Di Maurizio Siciliano
Ho trovato estremamente interessante questo articolo di Daniela Monti apparso sul corriere della sera che pone in risalto l’ approccio “empatico”:
«Puoi sempre sapere quando una nuova idea sta diventando popolare: è quando la gente inizia a criticarla». Roman Krznaric, guru del pensiero empatico, mette le mani avanti: il brusio che disturba la cerimonia di incoronazione dell’empatia a strumento che salverà il mondo non è che il prezzo da pagare per la raggiunta celebrità.
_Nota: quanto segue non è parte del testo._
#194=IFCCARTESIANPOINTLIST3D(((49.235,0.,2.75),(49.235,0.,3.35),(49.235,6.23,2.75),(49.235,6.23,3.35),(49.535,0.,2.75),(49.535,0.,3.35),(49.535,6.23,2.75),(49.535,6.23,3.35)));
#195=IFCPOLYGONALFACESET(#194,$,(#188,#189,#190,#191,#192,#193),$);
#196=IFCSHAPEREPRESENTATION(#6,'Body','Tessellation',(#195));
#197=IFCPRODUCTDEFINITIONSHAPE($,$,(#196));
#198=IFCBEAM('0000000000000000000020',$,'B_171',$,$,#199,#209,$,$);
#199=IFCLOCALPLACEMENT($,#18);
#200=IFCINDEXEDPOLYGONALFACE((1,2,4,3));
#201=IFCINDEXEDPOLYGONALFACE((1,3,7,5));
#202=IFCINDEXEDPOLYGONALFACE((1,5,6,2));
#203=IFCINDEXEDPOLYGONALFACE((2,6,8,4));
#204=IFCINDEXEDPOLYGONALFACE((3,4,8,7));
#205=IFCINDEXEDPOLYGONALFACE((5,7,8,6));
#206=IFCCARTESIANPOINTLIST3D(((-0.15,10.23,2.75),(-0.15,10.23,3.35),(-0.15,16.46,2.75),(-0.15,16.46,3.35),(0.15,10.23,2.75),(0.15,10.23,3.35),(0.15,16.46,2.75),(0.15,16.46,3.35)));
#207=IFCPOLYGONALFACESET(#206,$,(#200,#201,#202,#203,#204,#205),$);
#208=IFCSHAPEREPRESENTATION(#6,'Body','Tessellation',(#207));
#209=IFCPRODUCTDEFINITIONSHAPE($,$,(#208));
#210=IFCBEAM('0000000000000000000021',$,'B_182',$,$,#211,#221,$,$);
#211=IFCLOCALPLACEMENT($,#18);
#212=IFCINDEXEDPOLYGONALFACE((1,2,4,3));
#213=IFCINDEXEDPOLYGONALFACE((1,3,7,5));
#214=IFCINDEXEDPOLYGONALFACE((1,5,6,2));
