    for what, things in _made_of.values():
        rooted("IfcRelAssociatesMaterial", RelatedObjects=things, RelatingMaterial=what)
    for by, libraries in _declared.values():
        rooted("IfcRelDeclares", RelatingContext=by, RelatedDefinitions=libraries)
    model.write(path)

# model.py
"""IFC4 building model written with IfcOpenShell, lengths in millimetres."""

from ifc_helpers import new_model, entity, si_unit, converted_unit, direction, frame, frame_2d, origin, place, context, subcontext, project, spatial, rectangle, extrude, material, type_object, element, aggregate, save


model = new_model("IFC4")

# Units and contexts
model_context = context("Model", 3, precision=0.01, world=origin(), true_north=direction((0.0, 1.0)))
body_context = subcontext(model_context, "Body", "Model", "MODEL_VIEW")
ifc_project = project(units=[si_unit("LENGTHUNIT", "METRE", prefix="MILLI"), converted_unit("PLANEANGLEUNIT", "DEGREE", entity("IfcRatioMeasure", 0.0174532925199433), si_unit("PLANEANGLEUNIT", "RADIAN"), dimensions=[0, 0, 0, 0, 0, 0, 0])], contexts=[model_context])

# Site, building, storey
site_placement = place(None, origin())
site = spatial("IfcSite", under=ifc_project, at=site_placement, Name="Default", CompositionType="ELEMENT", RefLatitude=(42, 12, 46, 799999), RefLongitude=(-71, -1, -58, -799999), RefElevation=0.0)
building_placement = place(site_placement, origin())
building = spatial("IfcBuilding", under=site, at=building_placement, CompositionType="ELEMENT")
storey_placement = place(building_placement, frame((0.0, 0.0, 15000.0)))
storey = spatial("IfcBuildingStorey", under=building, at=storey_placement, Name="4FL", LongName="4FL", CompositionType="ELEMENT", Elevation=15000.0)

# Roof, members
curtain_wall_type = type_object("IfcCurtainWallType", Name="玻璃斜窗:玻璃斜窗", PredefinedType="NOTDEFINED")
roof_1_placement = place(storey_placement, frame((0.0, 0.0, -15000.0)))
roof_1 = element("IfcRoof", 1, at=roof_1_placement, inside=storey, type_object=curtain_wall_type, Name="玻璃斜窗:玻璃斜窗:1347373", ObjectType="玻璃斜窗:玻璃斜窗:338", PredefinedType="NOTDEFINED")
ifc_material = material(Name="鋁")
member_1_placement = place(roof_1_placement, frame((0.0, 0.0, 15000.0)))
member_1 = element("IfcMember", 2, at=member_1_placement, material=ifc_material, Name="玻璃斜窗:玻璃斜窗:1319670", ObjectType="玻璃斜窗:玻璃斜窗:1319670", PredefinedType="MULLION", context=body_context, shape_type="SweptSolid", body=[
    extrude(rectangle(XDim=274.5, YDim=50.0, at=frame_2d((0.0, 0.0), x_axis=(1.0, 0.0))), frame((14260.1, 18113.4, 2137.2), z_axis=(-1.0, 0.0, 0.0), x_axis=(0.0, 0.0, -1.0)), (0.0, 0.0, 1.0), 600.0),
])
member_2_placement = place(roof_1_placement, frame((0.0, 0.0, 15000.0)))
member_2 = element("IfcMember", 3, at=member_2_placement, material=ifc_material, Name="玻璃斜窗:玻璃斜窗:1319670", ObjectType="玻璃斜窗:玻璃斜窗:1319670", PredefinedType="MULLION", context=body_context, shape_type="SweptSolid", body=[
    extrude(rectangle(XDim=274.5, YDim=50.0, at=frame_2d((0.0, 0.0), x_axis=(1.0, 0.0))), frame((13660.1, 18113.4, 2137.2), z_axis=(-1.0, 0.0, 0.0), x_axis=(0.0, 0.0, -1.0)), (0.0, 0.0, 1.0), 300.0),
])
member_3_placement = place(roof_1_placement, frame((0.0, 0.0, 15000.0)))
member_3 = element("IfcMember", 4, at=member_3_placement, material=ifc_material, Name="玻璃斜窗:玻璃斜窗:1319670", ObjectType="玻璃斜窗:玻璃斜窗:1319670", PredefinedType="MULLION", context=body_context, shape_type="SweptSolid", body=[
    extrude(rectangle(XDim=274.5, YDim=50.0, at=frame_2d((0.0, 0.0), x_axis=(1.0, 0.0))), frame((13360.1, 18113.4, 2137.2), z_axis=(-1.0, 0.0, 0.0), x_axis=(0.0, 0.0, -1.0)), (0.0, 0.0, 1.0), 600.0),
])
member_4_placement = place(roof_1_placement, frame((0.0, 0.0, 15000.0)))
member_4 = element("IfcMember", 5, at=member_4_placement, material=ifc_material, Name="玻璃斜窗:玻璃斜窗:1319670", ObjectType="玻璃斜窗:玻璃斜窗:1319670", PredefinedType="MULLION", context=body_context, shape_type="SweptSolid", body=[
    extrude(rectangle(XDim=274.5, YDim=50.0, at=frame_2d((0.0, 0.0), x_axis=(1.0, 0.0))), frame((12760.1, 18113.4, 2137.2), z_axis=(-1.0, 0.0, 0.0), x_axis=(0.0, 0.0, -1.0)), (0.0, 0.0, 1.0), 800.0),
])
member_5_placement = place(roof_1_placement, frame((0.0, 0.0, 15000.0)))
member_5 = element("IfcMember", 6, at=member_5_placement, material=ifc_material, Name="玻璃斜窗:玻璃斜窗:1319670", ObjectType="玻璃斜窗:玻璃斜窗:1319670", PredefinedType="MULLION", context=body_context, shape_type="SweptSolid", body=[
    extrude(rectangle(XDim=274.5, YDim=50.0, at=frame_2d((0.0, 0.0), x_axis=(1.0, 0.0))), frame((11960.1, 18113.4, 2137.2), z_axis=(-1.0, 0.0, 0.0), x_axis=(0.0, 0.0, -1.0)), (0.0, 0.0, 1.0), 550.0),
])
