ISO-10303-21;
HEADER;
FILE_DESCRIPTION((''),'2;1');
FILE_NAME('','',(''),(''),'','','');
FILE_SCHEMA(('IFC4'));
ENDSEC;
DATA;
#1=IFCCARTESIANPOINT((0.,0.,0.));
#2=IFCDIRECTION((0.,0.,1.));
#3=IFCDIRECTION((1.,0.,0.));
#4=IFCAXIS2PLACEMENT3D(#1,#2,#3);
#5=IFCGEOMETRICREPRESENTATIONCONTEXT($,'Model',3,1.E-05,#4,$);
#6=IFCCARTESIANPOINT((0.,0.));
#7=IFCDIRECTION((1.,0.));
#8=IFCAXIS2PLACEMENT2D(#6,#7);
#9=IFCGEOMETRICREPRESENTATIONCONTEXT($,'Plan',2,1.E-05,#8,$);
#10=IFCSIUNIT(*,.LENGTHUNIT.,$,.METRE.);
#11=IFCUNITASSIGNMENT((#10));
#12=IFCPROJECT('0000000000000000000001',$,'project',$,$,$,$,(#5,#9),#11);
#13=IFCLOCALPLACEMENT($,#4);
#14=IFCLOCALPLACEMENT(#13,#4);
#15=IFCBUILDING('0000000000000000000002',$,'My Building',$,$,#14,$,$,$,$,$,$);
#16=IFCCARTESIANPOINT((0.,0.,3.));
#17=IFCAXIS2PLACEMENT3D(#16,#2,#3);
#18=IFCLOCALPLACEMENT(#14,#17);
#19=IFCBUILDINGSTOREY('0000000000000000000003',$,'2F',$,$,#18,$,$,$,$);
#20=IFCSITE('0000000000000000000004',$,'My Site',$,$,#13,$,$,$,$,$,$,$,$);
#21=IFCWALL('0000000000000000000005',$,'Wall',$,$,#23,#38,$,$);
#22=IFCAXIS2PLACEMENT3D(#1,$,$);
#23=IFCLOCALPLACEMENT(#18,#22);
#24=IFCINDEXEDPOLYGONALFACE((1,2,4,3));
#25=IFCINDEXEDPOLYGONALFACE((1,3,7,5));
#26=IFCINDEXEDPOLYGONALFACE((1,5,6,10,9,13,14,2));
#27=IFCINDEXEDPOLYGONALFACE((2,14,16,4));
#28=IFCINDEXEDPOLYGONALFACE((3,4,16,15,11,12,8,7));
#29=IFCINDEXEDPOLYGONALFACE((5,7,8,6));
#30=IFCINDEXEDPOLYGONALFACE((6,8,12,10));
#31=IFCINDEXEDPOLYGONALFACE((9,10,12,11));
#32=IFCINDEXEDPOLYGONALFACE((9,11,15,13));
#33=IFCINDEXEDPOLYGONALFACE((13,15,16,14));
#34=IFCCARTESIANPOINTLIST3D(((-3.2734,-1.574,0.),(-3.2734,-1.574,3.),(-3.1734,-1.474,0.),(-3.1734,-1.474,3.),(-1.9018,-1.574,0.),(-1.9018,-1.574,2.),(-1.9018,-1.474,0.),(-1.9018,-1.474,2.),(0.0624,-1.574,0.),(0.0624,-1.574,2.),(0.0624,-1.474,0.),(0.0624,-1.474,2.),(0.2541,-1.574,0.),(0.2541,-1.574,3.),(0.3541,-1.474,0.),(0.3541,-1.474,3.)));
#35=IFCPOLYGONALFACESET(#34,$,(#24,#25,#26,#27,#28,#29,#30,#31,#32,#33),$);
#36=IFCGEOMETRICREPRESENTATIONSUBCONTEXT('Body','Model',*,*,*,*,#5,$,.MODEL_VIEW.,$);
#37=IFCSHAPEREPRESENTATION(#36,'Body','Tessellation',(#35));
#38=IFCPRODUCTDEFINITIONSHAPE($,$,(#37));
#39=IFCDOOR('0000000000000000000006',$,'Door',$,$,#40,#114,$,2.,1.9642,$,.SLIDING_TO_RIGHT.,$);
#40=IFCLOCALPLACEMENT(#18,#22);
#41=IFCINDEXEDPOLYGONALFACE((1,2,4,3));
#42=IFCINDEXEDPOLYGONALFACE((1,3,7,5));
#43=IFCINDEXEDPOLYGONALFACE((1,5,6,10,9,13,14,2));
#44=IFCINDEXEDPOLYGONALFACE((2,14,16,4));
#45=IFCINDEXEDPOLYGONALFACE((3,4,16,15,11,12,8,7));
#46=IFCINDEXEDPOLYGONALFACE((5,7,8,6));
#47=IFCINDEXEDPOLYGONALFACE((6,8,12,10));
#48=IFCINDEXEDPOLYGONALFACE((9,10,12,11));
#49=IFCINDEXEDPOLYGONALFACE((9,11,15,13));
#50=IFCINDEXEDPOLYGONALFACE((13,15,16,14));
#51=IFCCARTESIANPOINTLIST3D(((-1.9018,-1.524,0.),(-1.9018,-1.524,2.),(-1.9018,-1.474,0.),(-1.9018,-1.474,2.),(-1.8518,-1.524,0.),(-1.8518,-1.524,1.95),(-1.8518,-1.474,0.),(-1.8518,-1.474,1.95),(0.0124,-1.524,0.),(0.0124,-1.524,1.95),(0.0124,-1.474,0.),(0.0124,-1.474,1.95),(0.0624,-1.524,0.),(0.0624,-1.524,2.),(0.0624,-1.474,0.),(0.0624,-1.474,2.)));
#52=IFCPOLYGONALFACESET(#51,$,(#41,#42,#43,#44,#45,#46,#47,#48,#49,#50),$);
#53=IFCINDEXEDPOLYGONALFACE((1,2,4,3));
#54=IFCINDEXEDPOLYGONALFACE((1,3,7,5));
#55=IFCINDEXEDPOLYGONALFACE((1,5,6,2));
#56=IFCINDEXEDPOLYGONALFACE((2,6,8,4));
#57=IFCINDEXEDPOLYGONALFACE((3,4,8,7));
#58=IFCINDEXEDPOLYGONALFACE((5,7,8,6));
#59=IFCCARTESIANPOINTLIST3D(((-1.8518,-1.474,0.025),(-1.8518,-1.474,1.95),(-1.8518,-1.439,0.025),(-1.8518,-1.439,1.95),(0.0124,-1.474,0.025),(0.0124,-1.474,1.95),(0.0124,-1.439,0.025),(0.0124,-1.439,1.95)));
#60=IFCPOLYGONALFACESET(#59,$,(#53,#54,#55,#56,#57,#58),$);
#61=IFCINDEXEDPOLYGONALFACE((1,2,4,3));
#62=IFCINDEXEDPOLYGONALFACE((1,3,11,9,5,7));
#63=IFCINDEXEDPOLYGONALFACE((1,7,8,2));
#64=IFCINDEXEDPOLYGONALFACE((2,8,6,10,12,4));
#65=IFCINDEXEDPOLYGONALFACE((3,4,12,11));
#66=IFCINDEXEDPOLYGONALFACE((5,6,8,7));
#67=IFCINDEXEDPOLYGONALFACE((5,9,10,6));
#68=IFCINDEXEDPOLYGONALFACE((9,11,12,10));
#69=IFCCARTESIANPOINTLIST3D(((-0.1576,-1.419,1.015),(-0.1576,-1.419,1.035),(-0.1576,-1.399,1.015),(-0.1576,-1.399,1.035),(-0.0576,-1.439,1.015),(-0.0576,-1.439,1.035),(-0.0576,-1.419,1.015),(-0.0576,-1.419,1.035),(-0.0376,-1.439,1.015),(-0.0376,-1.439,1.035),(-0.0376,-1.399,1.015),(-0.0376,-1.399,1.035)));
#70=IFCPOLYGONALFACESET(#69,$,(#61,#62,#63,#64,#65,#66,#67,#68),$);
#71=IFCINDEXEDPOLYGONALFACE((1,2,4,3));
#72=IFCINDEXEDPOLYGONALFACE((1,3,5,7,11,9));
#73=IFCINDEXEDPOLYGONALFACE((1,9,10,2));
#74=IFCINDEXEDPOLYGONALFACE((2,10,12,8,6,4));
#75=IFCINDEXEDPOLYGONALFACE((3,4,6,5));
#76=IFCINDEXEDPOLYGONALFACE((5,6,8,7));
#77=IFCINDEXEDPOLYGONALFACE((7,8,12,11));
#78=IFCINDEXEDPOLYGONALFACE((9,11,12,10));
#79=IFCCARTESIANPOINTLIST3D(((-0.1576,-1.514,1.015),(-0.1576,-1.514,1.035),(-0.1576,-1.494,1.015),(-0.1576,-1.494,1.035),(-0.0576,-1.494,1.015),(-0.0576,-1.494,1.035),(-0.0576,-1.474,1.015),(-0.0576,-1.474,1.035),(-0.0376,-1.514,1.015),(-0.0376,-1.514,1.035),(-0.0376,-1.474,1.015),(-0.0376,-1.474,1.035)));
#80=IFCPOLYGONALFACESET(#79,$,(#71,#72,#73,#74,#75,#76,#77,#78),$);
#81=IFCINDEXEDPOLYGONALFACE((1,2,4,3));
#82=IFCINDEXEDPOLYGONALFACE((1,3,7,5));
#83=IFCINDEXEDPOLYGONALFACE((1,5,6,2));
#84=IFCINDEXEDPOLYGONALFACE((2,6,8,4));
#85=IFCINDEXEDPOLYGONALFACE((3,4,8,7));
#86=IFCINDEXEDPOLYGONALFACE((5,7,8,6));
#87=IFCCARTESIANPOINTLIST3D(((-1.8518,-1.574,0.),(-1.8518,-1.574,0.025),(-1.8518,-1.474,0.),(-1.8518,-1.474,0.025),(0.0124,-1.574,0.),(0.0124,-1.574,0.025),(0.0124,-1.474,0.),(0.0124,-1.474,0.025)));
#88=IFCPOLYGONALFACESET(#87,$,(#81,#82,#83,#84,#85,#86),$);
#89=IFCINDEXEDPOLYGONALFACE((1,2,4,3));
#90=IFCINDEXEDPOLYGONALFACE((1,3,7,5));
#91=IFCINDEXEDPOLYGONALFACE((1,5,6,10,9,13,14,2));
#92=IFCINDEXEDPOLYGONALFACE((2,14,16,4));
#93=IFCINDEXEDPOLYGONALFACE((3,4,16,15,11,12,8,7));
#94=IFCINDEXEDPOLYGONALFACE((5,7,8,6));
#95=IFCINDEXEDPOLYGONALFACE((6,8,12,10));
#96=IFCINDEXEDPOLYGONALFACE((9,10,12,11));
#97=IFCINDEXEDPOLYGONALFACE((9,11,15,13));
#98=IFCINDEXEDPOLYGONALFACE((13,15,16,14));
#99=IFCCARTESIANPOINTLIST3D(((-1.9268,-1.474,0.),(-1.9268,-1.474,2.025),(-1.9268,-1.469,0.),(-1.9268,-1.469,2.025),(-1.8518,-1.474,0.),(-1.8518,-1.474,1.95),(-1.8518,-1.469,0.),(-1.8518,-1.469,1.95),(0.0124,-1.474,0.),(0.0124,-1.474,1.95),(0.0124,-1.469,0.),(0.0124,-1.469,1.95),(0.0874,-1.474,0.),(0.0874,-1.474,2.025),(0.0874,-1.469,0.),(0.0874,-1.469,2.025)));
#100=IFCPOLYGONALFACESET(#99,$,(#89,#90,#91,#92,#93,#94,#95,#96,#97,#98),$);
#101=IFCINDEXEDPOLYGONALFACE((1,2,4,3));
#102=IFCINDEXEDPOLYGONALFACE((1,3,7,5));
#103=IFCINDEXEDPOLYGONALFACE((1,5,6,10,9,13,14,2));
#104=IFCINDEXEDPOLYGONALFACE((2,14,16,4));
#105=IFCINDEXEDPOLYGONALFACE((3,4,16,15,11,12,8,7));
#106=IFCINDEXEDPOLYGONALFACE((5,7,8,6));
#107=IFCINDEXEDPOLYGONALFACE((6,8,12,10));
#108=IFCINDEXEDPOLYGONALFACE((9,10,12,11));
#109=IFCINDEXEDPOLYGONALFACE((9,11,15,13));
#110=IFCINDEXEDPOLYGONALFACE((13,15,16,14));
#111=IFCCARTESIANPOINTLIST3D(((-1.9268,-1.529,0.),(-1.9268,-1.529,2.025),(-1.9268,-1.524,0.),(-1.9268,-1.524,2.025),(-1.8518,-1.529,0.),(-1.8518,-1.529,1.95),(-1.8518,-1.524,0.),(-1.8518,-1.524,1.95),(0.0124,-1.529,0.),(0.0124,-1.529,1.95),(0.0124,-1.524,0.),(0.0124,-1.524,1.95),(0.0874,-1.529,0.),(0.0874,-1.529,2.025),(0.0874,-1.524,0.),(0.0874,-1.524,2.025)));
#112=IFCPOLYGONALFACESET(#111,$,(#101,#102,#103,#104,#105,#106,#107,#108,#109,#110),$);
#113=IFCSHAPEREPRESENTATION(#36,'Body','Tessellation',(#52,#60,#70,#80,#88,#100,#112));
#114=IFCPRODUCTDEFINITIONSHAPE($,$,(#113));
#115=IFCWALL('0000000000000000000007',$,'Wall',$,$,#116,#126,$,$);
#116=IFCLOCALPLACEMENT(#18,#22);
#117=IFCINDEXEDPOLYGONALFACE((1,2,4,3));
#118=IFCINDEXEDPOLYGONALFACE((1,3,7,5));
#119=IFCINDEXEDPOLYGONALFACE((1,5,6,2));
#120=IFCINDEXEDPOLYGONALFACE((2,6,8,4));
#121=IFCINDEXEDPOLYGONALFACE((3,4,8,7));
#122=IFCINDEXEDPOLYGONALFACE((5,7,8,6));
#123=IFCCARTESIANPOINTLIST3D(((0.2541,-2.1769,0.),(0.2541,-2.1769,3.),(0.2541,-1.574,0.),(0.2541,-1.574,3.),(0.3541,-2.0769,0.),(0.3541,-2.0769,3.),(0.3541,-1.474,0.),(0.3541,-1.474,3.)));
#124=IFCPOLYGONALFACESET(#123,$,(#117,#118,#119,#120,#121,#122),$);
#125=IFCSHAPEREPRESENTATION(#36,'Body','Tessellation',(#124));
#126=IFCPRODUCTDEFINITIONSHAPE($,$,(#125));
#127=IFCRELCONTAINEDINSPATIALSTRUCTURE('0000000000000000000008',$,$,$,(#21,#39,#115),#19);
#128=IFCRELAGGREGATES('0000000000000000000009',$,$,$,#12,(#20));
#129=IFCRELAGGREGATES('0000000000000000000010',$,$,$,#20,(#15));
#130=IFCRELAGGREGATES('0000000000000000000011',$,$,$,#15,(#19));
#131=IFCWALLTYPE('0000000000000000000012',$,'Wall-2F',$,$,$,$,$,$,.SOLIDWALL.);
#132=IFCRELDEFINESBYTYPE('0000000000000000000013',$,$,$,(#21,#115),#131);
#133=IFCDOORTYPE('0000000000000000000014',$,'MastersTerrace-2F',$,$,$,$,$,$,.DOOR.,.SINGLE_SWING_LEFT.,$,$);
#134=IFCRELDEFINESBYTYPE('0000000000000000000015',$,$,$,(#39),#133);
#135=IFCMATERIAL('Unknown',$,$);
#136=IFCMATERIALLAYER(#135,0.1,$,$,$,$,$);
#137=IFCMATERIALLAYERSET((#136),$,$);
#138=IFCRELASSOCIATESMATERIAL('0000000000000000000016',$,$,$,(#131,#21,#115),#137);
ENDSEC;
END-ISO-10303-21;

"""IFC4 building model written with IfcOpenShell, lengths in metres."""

from ifc_helpers import new_model, entity, si_unit, frame, origin_with_axes, origin_2d_with_axis, place, context, subcontext, project, spatial, line, indexed_curve, outline, extrude, shape, source, transform, mapped, material, layer, layer_set, layer_usage, type_object, type_shapes, element, fill, save


model = new_model("IFC4")

# Units and contexts
model_context = context("Model", 3, precision=1e-05, world=origin_with_axes())
plan_context = context("Plan", 2, precision=1e-05, world=origin_2d_with_axis())
body_context_1 = subcontext(model_context, "Body", "Model", "MODEL_VIEW")
body_context_2 = subcontext(plan_context, "Body", "Plan", "PLAN_VIEW")
ifc_project = project(units=[si_unit("LENGTHUNIT", "METRE")], contexts=[model_context, plan_context])

# Site, building, storey
site_placement = place(None, origin_with_axes())
site = spatial("IfcSite", under=ifc_project, at=site_placement, Name="My Site")
building_placement = place(site_placement, origin_with_axes())
building = spatial("IfcBuilding", under=site, at=building_placement, Name="My Building")
storey_placement = place(building_placement, frame((0.0, 0.0, 3.0), z_axis=(0.0, 0.0, 1.0), x_axis=(1.0, 0.0, 0.0)))
storey = spatial("IfcBuildingStorey", under=building, at=storey_placement, Name="2F")

# Shared definitions
ifc_material = material(Name="Unknown")

# Wall, opening, door
ifc_layer_1 = layer(ifc_material, 0.1)
ifc_layer_set_1 = layer_set([ifc_layer_1])
ifc_layer_usage_1 = layer_usage(ifc_layer_set_1, "AXIS2", "POSITIVE", 0.0)
wall_type_1 = type_object("IfcWallType", Name="Wall-2F", PredefinedType="SOLIDWALL", material=ifc_layer_set_1)
wall_1_placement = place(storey_placement, frame((-3.2734, -1.574, 0.0), z_axis=(0.0, 0.0, 1.0), x_axis=(1.0, 0.0, 0.0)))
wall_1 = element("IfcWall", 1, at=wall_1_placement, inside=storey, type_object=wall_type_1, material=ifc_layer_usage_1, Name="Wall", context=body_context_1, shape_type="SweptSolid", body=[
    extrude(outline(indexed_curve([(0.0, 0.0), (0.1, 0.1), (3.6275, 0.1), (3.5275, 0.0)], segments=[line(1, 2, 3, 4, 1)])), origin_with_axes(), (0.0, 0.0, 1.0), 3.0),
])
shared_shape_1 = source(origin_with_axes(), body_context_1, "Body", "SweptSolid", [
    extrude(outline(indexed_curve([(0.0, 0.0), (1.9642, 0.0), (1.9642, 2.0), (0.0, 2.0)], segments=[line(1, 2, 3, 4, 1)])), frame((0.0, -0.6, 0.0), z_axis=(0.0, -1.0, 0.0), x_axis=(1.0, 0.0, 0.0)), (0.0, 0.0, -1.0), 1.2),
])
L’empatia sta vivendo il suo periodo d’oro. In nessun’altra epoca storica se n’è parlato tanto. Viviamo nel mezzo di una «smania empatica», per usare l’espressione di Steven Pinker, docente ad Harvard. La nuova intelligenza, quella più adatta a comprendere il nostro tempo e il nostro mondo, è quella empatica. Solo i manager e i politici empatici hanno successo, non si può esistere senza essere empatici, lo chiediamo ai vicini di casa, ai colleghi di lavoro, ai compagni di palestra. Se possiamo insegnare ai nostri figli a gestire le emozioni mettendosi nei panni dell’altro, ridurremo il bullismo. Se possiamo coltivare l’intelligenza emotiva fra i medici, avremo un’assistenza sanitaria migliore e più compassionevole. In Ruanda, scrive Krznaric nel suo ultimo libro dal timido titolo Empatia: un manuale per la rivoluzione, una fiction vista dal 90 per cento della popolazione è infarcita di messaggi empatici nello sforzo di prevenire il ritorno della violenza etnica fra Tutsi e Hutu.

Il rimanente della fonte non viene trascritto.